▶ **WHAT YOU SHOULD DO**: Starting at the line that holds "to the concourse',#18,$,$,.NOTDEFINED.,.USERDEFINED.);" and stopping at the line that holds "#20=IFCLOCALPLACEMENT(#13,#2);", restate the records below word for word, with both of those lines included.

▶ **TASK INPUTS**:
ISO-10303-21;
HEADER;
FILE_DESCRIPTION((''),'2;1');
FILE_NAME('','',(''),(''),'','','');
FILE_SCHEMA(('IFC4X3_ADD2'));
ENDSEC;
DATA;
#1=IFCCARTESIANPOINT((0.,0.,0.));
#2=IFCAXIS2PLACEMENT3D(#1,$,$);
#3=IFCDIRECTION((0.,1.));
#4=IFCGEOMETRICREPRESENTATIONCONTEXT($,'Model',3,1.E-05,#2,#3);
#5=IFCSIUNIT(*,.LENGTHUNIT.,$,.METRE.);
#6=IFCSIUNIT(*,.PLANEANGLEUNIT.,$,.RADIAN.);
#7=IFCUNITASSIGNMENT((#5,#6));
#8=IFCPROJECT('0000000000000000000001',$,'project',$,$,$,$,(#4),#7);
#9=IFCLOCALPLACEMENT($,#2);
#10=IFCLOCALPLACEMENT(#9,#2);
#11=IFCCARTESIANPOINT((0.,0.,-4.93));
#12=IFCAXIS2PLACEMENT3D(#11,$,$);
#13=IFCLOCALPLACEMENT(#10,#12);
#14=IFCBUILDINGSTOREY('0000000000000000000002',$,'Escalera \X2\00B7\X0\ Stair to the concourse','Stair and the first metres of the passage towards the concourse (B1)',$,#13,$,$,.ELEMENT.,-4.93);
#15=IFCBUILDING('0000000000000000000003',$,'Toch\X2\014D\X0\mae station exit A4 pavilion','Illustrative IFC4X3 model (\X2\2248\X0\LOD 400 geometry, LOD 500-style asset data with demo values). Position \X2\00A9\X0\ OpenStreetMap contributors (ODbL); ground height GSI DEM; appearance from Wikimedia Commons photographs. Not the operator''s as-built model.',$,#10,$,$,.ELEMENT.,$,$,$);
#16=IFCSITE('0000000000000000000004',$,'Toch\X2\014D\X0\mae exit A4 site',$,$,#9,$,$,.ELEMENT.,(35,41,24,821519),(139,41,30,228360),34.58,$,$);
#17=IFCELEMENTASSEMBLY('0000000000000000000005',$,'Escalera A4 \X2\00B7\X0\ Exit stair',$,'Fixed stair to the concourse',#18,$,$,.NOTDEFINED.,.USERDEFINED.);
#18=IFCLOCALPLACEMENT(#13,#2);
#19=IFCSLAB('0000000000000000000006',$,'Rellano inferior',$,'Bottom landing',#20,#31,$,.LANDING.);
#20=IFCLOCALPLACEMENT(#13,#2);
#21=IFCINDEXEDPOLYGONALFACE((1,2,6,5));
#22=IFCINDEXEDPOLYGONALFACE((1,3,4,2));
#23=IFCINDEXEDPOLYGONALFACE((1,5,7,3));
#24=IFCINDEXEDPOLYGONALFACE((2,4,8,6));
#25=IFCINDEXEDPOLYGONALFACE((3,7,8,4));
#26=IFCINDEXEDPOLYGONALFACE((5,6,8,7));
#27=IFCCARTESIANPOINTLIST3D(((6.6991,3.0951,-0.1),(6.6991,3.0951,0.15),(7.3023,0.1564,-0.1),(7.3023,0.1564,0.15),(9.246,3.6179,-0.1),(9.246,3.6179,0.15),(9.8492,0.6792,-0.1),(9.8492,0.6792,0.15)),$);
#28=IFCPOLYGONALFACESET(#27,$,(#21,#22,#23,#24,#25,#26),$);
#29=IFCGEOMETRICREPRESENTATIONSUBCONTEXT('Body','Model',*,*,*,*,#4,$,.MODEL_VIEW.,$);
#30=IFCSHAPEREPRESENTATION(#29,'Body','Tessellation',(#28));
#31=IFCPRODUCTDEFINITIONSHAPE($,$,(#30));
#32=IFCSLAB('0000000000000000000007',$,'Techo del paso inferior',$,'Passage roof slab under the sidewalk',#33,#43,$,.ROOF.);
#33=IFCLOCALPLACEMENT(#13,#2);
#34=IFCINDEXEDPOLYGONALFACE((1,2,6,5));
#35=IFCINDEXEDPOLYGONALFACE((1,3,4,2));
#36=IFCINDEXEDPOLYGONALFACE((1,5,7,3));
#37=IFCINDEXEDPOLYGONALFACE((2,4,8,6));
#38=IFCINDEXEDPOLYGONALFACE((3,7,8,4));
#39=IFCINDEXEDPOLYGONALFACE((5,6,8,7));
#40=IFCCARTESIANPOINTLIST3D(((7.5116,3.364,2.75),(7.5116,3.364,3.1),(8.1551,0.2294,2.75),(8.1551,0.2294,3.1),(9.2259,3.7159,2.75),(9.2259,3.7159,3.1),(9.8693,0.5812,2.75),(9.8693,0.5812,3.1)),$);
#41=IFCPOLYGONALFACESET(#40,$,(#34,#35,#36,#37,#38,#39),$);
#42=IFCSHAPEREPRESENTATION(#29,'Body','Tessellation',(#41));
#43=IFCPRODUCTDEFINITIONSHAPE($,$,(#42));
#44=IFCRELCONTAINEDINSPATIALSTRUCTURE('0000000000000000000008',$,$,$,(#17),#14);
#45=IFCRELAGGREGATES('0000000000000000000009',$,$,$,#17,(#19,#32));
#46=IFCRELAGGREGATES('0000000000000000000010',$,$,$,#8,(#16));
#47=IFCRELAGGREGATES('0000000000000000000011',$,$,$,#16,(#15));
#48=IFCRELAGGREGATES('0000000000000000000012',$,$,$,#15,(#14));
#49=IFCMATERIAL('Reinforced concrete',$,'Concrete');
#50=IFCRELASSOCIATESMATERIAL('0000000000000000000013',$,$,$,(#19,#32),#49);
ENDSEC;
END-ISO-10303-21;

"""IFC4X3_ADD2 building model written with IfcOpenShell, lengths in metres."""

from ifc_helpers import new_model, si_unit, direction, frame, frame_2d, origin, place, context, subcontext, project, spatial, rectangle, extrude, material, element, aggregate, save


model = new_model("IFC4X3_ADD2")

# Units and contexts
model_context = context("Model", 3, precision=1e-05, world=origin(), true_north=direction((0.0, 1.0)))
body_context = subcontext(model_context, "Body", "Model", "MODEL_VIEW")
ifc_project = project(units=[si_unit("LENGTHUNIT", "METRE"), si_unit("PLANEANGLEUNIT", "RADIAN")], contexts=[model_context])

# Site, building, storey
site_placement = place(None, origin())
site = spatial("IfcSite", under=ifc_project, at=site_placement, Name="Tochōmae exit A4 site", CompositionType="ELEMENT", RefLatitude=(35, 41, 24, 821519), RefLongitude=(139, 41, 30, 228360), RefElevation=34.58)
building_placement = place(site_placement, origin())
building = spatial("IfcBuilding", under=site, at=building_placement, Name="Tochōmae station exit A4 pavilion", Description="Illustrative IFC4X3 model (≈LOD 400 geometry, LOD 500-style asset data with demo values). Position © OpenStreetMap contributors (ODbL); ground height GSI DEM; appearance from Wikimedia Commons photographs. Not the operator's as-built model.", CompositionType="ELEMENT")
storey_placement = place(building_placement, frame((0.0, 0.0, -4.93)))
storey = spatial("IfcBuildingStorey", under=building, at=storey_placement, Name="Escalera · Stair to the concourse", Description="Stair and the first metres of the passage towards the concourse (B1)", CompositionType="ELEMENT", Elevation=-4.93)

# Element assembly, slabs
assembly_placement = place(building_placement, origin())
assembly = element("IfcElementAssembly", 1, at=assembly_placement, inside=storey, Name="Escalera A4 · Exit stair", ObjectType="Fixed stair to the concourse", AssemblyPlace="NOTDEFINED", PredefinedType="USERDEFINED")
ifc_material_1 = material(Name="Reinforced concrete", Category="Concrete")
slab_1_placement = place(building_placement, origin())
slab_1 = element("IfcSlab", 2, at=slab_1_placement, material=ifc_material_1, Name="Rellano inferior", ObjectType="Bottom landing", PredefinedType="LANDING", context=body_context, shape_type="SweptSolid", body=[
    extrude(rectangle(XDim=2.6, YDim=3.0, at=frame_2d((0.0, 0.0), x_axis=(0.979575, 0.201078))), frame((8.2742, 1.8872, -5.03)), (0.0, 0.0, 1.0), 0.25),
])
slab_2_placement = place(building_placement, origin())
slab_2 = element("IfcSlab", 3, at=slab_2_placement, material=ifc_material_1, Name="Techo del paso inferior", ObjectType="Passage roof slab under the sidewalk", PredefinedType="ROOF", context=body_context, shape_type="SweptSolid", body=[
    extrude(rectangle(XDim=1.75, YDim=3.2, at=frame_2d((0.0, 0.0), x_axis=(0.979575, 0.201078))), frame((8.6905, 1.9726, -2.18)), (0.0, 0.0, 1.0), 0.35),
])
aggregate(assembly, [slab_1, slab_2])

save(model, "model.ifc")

==

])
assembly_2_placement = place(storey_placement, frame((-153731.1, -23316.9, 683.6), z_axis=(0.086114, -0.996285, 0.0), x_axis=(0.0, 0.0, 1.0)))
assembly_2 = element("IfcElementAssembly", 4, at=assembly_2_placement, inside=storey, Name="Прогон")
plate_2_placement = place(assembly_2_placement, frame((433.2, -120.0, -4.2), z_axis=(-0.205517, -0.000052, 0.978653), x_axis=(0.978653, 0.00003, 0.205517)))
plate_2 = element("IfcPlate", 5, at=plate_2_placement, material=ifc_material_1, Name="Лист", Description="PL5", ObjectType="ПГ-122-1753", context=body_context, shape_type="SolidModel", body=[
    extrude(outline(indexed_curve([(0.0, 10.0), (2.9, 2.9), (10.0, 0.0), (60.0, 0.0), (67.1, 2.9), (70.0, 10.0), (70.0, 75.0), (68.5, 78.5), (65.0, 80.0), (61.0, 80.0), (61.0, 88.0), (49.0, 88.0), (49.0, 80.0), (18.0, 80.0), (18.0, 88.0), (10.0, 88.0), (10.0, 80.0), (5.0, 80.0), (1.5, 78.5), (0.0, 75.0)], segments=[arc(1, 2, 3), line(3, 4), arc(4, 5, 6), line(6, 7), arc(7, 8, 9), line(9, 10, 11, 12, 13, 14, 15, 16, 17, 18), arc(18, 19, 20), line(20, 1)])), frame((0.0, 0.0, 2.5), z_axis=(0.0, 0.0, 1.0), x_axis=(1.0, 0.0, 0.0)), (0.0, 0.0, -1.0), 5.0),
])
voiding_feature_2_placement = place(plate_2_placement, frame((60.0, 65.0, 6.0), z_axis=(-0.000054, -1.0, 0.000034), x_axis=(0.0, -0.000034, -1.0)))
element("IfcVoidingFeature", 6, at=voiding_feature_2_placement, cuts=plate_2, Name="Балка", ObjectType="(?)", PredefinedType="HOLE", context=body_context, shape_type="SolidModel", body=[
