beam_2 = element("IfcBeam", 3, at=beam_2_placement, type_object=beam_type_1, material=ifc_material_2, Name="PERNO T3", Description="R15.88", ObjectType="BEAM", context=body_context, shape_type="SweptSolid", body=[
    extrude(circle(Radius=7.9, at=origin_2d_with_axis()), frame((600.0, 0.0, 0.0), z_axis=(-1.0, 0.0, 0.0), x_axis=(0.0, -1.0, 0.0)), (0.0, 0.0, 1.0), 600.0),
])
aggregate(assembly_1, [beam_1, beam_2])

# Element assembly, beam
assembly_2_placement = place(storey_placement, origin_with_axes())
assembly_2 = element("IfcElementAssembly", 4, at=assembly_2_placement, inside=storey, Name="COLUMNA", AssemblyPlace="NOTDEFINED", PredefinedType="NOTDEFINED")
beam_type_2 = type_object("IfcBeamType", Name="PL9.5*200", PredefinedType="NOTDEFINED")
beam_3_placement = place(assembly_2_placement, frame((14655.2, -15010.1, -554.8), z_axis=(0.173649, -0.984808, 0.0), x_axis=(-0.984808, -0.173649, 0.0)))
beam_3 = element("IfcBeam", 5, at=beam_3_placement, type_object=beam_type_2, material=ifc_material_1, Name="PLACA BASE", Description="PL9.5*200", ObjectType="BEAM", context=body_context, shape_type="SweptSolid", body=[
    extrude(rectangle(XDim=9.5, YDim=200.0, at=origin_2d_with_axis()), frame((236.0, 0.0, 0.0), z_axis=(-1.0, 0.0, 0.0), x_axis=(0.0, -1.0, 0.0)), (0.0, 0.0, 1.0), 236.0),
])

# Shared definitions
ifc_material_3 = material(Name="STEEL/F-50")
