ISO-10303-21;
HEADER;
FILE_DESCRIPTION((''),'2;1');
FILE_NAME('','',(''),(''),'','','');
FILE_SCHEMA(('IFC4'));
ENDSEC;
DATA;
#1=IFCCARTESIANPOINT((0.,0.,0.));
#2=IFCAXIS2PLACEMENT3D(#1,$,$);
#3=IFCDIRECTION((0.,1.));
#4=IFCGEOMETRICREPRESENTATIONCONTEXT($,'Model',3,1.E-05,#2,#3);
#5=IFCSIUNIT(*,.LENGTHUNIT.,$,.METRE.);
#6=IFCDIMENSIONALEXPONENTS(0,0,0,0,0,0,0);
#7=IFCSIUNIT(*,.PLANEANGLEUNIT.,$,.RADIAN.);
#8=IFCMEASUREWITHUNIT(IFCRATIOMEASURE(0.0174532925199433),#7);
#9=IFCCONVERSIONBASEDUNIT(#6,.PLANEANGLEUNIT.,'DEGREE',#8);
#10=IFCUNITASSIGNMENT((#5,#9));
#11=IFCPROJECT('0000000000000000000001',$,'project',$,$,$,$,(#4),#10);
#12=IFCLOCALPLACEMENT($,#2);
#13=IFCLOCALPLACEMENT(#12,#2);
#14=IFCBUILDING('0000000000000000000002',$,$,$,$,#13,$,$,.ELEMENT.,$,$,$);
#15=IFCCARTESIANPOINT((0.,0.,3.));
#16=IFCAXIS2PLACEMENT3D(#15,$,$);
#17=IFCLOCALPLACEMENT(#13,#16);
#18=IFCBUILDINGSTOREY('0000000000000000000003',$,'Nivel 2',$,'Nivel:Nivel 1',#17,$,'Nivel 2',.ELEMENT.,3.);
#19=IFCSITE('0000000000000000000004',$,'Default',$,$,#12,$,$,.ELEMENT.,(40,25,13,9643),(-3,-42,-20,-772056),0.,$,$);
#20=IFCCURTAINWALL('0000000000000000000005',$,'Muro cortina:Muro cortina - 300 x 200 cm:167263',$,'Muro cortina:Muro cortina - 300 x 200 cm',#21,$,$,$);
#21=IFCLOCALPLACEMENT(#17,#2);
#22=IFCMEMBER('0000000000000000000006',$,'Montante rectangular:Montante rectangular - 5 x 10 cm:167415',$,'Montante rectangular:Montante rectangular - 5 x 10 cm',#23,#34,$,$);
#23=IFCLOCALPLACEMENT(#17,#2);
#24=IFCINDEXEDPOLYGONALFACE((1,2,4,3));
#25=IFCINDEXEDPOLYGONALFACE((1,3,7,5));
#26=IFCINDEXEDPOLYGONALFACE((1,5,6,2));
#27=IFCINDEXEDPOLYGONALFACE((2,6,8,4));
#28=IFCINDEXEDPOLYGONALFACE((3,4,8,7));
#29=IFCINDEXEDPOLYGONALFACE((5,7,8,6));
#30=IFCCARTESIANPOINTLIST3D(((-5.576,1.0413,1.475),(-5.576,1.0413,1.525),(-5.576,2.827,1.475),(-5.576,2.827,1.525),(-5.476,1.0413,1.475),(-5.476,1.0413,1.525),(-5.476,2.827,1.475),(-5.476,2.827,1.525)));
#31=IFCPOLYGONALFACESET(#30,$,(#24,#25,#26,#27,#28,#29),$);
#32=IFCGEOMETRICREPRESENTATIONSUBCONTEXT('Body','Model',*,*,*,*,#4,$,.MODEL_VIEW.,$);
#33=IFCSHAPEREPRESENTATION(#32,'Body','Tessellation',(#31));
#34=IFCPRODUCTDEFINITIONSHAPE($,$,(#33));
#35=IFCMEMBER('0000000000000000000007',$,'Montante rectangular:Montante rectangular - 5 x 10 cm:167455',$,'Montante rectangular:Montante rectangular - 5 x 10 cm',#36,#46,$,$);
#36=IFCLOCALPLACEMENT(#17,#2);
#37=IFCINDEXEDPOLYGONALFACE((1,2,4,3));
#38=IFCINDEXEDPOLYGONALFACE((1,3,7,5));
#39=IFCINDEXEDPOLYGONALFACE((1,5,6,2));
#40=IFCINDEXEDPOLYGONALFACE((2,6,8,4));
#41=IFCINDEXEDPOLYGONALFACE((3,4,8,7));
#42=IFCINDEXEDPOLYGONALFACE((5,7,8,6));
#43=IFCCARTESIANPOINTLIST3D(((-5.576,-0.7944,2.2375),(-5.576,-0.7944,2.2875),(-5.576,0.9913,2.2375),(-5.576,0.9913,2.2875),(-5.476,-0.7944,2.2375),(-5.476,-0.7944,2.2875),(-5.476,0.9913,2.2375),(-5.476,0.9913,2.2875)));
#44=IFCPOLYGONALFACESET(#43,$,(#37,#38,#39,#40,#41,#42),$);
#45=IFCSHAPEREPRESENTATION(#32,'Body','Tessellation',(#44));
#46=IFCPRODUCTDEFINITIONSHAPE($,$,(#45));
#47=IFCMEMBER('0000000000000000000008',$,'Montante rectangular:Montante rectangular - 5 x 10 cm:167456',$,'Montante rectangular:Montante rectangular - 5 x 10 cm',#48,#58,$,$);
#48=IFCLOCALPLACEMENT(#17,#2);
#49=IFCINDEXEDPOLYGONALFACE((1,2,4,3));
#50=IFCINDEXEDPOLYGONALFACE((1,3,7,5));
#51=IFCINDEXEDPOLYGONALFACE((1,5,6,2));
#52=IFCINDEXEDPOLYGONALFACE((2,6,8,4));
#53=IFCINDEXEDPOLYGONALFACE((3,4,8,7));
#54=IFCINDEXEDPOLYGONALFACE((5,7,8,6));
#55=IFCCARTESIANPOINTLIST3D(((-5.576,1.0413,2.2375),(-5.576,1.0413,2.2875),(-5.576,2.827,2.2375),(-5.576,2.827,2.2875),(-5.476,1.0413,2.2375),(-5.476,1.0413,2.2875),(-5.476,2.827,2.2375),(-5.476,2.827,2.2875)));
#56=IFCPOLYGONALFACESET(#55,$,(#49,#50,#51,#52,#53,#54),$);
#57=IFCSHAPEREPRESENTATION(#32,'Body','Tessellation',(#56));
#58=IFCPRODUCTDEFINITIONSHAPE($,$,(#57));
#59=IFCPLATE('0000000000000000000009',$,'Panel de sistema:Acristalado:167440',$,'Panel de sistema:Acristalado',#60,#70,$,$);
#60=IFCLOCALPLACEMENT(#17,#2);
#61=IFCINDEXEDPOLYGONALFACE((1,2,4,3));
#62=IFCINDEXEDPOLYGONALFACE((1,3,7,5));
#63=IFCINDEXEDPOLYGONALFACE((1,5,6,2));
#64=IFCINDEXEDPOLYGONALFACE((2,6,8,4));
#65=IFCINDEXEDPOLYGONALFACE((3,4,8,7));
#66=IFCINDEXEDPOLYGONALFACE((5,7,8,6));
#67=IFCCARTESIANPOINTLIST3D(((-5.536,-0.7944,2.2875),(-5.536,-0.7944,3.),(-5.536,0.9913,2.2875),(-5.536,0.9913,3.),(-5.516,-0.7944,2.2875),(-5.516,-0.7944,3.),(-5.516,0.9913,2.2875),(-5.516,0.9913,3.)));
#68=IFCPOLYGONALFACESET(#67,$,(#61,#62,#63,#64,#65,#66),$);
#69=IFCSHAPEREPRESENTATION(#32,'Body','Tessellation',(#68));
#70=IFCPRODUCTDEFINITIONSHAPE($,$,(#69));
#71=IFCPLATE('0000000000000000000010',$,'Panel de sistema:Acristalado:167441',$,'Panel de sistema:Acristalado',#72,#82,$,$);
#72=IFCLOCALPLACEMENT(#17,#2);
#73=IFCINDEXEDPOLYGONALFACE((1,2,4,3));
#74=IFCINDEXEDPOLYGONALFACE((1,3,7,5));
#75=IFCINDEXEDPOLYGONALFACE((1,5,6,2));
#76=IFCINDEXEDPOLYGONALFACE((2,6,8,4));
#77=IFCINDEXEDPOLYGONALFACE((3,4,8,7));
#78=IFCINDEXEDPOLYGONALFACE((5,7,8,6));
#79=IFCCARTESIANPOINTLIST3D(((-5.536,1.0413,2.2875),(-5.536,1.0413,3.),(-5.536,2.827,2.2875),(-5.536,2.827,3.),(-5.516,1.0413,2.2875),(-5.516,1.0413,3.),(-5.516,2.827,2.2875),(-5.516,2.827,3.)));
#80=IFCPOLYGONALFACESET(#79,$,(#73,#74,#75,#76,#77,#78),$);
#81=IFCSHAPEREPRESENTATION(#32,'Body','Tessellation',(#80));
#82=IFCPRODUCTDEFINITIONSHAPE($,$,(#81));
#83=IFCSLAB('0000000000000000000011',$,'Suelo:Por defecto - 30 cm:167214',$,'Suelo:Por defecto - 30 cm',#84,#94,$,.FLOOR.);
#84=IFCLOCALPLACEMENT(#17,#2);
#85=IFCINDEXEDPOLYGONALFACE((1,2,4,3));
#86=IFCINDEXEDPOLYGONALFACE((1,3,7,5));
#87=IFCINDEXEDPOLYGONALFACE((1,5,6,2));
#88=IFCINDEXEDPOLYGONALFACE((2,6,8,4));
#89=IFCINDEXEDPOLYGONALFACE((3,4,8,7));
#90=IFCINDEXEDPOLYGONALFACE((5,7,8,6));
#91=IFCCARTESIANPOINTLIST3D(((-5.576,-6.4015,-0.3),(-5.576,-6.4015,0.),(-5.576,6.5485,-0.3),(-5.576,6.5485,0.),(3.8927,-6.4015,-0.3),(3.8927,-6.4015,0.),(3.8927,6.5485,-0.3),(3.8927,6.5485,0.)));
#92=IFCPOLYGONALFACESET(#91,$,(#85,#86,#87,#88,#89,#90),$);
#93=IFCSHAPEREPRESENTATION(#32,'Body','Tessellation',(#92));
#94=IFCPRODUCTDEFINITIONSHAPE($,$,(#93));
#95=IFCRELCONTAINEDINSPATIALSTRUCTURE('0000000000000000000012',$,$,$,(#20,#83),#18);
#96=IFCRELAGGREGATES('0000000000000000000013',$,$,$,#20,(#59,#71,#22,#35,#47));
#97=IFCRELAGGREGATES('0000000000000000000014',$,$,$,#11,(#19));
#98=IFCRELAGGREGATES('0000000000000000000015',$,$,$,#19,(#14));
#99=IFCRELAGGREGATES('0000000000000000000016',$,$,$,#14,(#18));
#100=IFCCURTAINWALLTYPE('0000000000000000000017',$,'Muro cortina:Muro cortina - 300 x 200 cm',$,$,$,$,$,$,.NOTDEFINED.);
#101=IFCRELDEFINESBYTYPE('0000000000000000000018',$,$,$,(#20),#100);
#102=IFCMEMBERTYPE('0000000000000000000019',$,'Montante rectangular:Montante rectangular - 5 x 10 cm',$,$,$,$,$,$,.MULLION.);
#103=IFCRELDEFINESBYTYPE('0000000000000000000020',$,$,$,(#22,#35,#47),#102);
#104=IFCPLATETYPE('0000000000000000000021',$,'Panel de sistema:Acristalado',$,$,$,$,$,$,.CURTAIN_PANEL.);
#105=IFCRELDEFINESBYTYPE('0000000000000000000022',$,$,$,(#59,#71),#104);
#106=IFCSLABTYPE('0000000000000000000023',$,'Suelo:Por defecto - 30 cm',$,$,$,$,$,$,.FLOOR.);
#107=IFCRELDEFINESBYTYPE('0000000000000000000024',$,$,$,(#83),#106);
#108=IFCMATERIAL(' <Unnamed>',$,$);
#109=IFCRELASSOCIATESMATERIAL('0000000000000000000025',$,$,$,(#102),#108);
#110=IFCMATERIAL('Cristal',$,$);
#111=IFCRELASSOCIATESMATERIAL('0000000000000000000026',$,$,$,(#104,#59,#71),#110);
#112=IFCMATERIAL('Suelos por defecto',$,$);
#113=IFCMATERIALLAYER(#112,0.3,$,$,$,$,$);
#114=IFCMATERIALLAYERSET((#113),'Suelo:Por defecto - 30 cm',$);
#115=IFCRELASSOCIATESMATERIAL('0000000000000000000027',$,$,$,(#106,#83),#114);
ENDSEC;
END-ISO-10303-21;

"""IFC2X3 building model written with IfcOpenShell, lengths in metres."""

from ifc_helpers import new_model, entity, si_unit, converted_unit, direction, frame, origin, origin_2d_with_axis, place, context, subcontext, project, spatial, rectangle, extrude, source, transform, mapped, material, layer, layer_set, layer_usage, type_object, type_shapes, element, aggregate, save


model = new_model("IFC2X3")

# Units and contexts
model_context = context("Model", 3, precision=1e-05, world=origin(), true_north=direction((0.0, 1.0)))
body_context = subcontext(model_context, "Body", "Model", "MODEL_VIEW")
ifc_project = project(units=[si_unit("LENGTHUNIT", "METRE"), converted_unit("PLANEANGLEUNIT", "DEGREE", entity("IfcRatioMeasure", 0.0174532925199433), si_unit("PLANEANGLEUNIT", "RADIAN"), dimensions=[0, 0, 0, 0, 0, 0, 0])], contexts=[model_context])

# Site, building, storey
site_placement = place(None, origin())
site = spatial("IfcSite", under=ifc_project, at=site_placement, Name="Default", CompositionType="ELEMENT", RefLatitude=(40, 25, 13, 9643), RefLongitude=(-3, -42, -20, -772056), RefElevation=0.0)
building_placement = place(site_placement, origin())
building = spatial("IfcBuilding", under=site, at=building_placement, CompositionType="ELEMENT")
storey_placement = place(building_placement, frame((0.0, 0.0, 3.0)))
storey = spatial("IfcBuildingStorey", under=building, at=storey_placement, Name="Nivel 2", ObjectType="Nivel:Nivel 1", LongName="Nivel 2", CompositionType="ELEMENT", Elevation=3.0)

▶ **EXERCISE SOLUTION**:
#17=IFCELEMENTASSEMBLY('0000000000000000000005',$,'Escalera A4 \X2\00B7\X0\ Exit stair',$,'Fixed stair to the concourse',#18,$,$,.NOTDEFINED.,.USERDEFINED.);
#18=IFCLOCALPLACEMENT(#13,#2);
#19=IFCSLAB('0000000000000000000006',$,'Rellano inferior',$,'Bottom landing',#20,#31,$,.LANDING.);
#20=IFCLOCALPLACEMENT(#13,#2);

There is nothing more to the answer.